Metadata-Version: 1.1
Name: raspador
Version: 0.2.2
Summary: Library to extract data from semi-structured text documents
Home-page: http://github.org/fgmacedo/raspador
Author: Fernando Macedo
Author-email: fgmacedo@gmail.com
License: MIT
Description: ========
        raspador
        ========
        
        .. image:: https://api.travis-ci.org/fgmacedo/raspador.png?branch=master
                :target: https://travis-ci.org/fgmacedo/raspador
        
        .. image:: https://coveralls.io/repos/fgmacedo/raspador/badge.png
                :target: https://coveralls.io/r/fgmacedo/raspador
        
        .. image:: https://pypip.in/v/raspador/badge.png
                :target: https://pypi.python.org/pypi/raspador
        
        .. image:: https://pypip.in/d/raspador/badge.png
                :target: https://crate.io/packages/raspador/
        
        
        Library to extract data from semi-structured text documents.
        
        It's best suited for data-processing in files that do not have a formal
        structure and are in plain text (or that are easy to convert).
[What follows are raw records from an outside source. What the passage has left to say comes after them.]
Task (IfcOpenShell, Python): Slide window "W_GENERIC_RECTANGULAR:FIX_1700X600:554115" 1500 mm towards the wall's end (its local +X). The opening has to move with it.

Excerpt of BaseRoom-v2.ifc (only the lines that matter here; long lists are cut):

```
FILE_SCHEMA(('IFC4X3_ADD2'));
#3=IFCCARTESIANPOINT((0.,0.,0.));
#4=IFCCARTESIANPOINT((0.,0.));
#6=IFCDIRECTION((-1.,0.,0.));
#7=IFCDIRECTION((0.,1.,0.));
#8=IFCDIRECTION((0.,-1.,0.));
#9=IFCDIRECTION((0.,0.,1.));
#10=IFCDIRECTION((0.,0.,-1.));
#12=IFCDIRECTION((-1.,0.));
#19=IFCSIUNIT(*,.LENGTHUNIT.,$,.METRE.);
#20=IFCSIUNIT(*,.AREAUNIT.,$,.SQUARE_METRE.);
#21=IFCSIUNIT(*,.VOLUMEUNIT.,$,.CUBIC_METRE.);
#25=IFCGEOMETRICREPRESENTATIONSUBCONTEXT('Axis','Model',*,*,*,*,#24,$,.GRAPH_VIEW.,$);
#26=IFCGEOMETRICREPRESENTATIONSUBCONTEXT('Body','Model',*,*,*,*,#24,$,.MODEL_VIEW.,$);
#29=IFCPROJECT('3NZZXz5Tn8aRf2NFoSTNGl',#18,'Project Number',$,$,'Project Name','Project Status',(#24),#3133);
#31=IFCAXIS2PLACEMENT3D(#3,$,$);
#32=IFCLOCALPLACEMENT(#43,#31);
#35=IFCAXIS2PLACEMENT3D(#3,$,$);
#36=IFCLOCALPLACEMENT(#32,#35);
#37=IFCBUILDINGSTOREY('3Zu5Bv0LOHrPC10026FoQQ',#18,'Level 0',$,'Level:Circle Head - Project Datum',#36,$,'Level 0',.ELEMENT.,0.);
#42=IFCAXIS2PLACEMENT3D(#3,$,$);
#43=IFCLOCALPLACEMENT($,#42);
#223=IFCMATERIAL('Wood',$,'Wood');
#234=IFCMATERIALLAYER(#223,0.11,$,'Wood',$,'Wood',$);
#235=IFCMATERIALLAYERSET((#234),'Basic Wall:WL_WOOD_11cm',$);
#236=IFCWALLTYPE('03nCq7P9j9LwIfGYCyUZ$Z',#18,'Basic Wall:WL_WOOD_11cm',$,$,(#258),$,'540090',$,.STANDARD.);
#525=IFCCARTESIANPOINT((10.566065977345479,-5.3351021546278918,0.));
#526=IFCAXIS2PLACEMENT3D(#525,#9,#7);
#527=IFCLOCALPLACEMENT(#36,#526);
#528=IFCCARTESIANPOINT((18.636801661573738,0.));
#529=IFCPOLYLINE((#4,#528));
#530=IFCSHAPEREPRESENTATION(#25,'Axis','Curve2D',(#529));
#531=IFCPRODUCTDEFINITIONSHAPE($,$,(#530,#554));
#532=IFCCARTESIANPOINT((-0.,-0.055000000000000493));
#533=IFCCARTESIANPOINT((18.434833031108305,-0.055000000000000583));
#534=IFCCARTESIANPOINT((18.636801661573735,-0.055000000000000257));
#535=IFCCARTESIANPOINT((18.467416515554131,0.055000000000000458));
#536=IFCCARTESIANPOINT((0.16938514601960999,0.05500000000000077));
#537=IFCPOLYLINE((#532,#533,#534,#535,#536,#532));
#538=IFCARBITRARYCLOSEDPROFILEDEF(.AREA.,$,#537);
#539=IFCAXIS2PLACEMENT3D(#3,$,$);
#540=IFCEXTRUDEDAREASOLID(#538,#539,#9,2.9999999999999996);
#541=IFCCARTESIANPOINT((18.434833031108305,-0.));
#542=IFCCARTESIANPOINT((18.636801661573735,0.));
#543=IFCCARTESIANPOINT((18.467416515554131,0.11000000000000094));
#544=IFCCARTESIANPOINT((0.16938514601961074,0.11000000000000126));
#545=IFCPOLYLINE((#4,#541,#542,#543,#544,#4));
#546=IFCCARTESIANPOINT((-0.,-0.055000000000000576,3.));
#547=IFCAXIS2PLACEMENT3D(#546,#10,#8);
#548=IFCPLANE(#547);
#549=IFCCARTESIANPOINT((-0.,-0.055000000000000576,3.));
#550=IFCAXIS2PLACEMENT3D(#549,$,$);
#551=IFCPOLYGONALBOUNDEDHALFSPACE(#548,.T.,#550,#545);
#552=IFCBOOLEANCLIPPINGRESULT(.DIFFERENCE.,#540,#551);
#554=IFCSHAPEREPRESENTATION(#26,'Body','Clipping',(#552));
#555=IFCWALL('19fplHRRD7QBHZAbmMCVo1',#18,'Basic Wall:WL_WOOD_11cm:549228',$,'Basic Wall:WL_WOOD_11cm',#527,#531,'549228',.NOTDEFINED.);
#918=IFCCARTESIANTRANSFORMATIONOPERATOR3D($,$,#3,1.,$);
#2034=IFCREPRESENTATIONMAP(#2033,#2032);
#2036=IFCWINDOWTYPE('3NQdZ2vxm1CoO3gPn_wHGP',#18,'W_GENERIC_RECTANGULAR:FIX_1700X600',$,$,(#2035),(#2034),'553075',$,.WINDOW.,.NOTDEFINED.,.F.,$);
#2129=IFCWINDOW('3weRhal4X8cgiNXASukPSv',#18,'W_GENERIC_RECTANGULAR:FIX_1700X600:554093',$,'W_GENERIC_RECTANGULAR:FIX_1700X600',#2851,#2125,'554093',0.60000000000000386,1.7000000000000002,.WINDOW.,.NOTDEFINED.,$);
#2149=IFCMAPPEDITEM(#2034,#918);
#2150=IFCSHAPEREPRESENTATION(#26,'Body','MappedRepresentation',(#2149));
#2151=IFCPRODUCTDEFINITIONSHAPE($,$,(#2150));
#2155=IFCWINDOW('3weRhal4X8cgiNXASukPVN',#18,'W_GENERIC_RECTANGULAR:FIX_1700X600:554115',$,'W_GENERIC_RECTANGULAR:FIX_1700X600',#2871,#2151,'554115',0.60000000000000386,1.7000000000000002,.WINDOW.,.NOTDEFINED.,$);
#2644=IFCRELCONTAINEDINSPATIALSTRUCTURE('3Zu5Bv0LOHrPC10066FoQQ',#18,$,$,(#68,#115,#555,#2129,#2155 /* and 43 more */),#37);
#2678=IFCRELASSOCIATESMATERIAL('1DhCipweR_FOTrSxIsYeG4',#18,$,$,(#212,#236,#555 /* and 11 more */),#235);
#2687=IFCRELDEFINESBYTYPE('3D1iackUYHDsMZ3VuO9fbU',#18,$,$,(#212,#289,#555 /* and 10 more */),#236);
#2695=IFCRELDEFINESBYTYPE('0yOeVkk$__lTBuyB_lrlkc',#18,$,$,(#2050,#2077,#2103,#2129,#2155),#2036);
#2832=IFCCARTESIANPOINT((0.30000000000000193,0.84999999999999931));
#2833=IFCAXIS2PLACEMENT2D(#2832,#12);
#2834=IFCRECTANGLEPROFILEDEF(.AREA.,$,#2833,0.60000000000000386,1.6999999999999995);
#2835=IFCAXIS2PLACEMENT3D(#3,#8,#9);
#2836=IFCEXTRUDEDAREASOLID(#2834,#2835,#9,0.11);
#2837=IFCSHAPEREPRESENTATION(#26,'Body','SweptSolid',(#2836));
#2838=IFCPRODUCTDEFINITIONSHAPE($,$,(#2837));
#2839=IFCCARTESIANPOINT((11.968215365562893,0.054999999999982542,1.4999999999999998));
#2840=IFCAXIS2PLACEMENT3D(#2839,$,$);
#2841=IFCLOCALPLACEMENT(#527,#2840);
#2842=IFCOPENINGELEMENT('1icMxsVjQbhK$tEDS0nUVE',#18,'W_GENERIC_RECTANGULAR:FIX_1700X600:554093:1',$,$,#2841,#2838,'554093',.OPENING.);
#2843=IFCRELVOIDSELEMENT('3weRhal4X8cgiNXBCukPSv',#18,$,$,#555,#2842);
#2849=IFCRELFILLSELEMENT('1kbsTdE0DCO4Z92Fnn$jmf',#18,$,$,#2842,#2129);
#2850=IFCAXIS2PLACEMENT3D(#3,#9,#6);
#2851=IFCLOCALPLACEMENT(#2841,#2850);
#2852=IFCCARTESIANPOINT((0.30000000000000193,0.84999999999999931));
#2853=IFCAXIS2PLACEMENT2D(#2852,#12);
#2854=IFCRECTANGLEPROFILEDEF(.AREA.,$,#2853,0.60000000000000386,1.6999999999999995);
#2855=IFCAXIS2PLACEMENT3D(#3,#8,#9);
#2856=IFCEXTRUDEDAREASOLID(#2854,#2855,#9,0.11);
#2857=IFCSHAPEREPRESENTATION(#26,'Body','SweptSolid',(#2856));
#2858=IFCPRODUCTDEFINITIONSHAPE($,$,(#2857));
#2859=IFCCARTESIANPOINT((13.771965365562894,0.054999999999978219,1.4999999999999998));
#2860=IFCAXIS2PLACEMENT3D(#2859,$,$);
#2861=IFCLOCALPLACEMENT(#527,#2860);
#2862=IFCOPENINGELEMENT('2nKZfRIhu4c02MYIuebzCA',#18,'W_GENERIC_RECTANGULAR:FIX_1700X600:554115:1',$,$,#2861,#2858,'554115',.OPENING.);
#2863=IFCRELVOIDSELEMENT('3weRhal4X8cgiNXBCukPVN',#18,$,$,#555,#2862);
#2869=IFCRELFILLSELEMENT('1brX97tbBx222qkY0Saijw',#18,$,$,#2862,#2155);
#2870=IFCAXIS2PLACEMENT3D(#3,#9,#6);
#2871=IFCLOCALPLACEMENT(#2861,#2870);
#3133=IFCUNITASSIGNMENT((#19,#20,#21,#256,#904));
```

```python
import ifcopenshell
import ifcopenshell.api.geometry
import ifcopenshell.util.placement
import ifcopenshell.util.unit

model = ifcopenshell.open("BaseRoom-v2.ifc")
unit_scale = ifcopenshell.util.unit.calculate_unit_scale(model)

window = model.by_guid("3weRhal4X8cgiNXASukPVN")
opening = window.FillsVoids[0].RelatingOpeningElement
wall = opening.VoidsElements[0].RelatingBuildingElement

wall_matrix = ifcopenshell.util.placement.get_local_placement(wall.ObjectPlacement)
shift = wall_matrix[:3, 0] * 1.5 / unit_scale
before = ifcopenshell.util.placement.get_local_placement(window.ObjectPlacement)[:3, 3].copy()

# The window is placed relative to its opening, so it follows when the opening moves.
matrix = ifcopenshell.util.placement.get_local_placement(opening.ObjectPlacement)
matrix[:3, 3] += shift
ifcopenshell.api.geometry.edit_object_placement(
    model, product=opening, matrix=matrix, is_si=False, should_transform_children=True
)

after = ifcopenshell.util.placement.get_local_placement(window.ObjectPlacement)[:3, 3]
print("window moved by", (after - before).round(3) + 0.0)

model.write("BaseRoom-v2-out.ifc")
```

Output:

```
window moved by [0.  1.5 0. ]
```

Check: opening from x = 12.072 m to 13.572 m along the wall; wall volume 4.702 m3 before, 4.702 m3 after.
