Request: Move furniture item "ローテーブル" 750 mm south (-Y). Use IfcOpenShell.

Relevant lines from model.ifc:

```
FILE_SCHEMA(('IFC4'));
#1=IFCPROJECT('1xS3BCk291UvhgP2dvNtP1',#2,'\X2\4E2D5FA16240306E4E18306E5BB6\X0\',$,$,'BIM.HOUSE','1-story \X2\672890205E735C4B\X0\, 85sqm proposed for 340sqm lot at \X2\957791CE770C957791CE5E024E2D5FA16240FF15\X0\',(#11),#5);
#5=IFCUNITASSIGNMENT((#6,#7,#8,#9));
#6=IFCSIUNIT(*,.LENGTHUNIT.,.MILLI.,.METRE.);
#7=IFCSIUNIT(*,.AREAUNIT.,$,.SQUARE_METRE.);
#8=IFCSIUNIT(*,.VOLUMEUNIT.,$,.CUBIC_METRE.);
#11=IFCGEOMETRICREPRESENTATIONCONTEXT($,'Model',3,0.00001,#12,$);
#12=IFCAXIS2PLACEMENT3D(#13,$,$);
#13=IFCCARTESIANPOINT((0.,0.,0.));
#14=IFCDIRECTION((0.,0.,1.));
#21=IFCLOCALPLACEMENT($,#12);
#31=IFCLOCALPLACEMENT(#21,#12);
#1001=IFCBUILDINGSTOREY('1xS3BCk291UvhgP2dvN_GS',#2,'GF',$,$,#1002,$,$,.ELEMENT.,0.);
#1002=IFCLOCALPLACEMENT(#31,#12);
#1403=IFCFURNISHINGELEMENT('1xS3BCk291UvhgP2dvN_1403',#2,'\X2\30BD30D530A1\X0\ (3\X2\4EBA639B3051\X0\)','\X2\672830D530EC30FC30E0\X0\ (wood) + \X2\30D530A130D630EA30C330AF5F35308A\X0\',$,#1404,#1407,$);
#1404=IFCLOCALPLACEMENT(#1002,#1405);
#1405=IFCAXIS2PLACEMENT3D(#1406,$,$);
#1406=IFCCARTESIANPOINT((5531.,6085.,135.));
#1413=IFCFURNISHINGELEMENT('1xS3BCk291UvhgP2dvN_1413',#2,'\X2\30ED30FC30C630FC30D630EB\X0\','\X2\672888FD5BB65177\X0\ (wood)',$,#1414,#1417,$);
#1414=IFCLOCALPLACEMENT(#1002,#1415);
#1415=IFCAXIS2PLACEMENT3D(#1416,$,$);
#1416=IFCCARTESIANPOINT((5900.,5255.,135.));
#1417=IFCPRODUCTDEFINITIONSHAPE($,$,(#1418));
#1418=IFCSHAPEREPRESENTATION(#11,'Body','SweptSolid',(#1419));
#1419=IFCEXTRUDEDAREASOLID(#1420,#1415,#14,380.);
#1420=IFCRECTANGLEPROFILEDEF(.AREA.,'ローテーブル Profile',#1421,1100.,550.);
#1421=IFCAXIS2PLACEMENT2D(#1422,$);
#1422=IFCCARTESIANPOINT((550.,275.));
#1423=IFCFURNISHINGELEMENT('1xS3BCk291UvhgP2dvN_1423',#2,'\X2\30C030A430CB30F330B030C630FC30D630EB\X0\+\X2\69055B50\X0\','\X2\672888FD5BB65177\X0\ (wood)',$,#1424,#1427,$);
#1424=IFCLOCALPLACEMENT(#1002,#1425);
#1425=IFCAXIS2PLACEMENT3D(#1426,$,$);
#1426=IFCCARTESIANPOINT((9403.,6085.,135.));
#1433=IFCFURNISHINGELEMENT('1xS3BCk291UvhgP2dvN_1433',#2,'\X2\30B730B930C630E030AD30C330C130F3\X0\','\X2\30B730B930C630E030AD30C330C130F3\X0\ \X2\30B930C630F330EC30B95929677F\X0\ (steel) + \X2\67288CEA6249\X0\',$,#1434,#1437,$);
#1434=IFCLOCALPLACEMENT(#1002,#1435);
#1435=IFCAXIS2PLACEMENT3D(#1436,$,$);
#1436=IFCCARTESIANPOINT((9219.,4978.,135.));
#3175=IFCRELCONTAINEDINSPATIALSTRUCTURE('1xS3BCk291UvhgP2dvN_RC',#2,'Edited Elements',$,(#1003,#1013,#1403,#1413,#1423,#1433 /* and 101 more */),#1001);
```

```python
import ifcopenshell
import ifcopenshell.api.geometry
import ifcopenshell.util.placement
import ifcopenshell.util.unit

model = ifcopenshell.open("model.ifc")
unit_scale = ifcopenshell.util.unit.calculate_unit_scale(model)

item = model.by_guid("1xS3BCk291UvhgP2dvN_1413")
matrix = ifcopenshell.util.placement.get_local_placement(item.ObjectPlacement)
matrix[1, 3] -= 0.75 / unit_scale
ifcopenshell.api.geometry.edit_object_placement(model, product=item, matrix=matrix, is_si=False)

print(ifcopenshell.util.placement.get_local_placement(item.ObjectPlacement).round(3) + 0.0)

model.write("model_v2.ifc")
```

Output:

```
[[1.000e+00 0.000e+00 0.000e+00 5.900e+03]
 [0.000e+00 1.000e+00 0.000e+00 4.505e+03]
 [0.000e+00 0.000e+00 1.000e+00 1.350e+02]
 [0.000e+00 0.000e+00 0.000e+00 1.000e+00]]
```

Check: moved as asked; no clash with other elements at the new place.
Structured files
        like XML, CSV and HTML doesn't fit a good use case for Raspador, and have
        excellent alternatives to get data extracted, like lxml_, html5lib_,
        BeautifulSoup_, and PyQuery_.
        
        The extractors are defined through classes as models, something similar to the
        Django ORM. Each field searches for a pattern specified by the regular
        expression, and captured groups are converted automatically to primitives.
        
        The parser is implemented as a generator, where each item found can be consumed
        before the end of the analysis, featuring a pipeline.
        
        The analysis is forward-only, which makes it extremely quick, and thus any
        iterator that returns a string can be analyzed, including infinite streams.
        
        .. _lxml: http://lxml.de
        .. _html5lib: https://github.com/html5lib/html5lib-python
        .. _BeautifulSoup: http://www.crummy.com/software/BeautifulSoup/
        .. _PyQuery: https://github.com/gawel/pyquery/
        
        
        Install
        =======
        
        Raspador works on CPython 2.6+, CPython 3.2+ and PyPy. To install it, use::
        
            pip install raspador
        
        or easy install::
        
            easy_install raspador
        
        
        From source
        -----------
        
        Download and install from source::
        
            git clone https://github.com/fgmacedo/raspador.git
            cd raspador
            python setup.py install
        
        
        Dependencies
        ------------
        
        There are no external dependencies.
        
        .. note:: Python 2.6
        
            With Python 2.6, you must install `ordereddict
            <https://pypi.python.org/pypi/ordereddict/>`_.
        
            You can install it with pip::
        
                pip install ordereddict
        
        Tests
        ======
        
        To automate tests with all supported Python versions at once, we use `tox
        <http://tox.readthedocs.org/en/latest/>`_.
        
        Run all tests with:
        
        .. code-block:: bash
        
            $ tox
        
        Tests depend on several third party libraries, but these are installed by tox
        on each Python's virtualenv:
        
        .. code-block:: text
        
            nose==1.3.0
            coverage==3.6
            flake8==2.0
        
        
        Examples
        ========
        
        Extract data from logs
        ----------------------
        
        .. code-block:: python
        
            from __future__ import print_function
            import json
            from raspador import Parser, StringField
        
            out = """
            PART:/dev/sda1 UUID:423k34-3423lk423-sdfsd-43 TYPE:ext4
            PART:/dev/sda2 UUID:74928389-852893-sdfdf-g8 TYPE:ext4
            PART:/dev/sda3 UUID:sdkj9d93-sdf9df-3kr3l-d8 TYPE:swap
            """
        
        
            class LogParser(Parser):
                begin = r'^PART.*'
                end = r'^PART.*'
                PART = StringField(r'PART:([^\s]+)')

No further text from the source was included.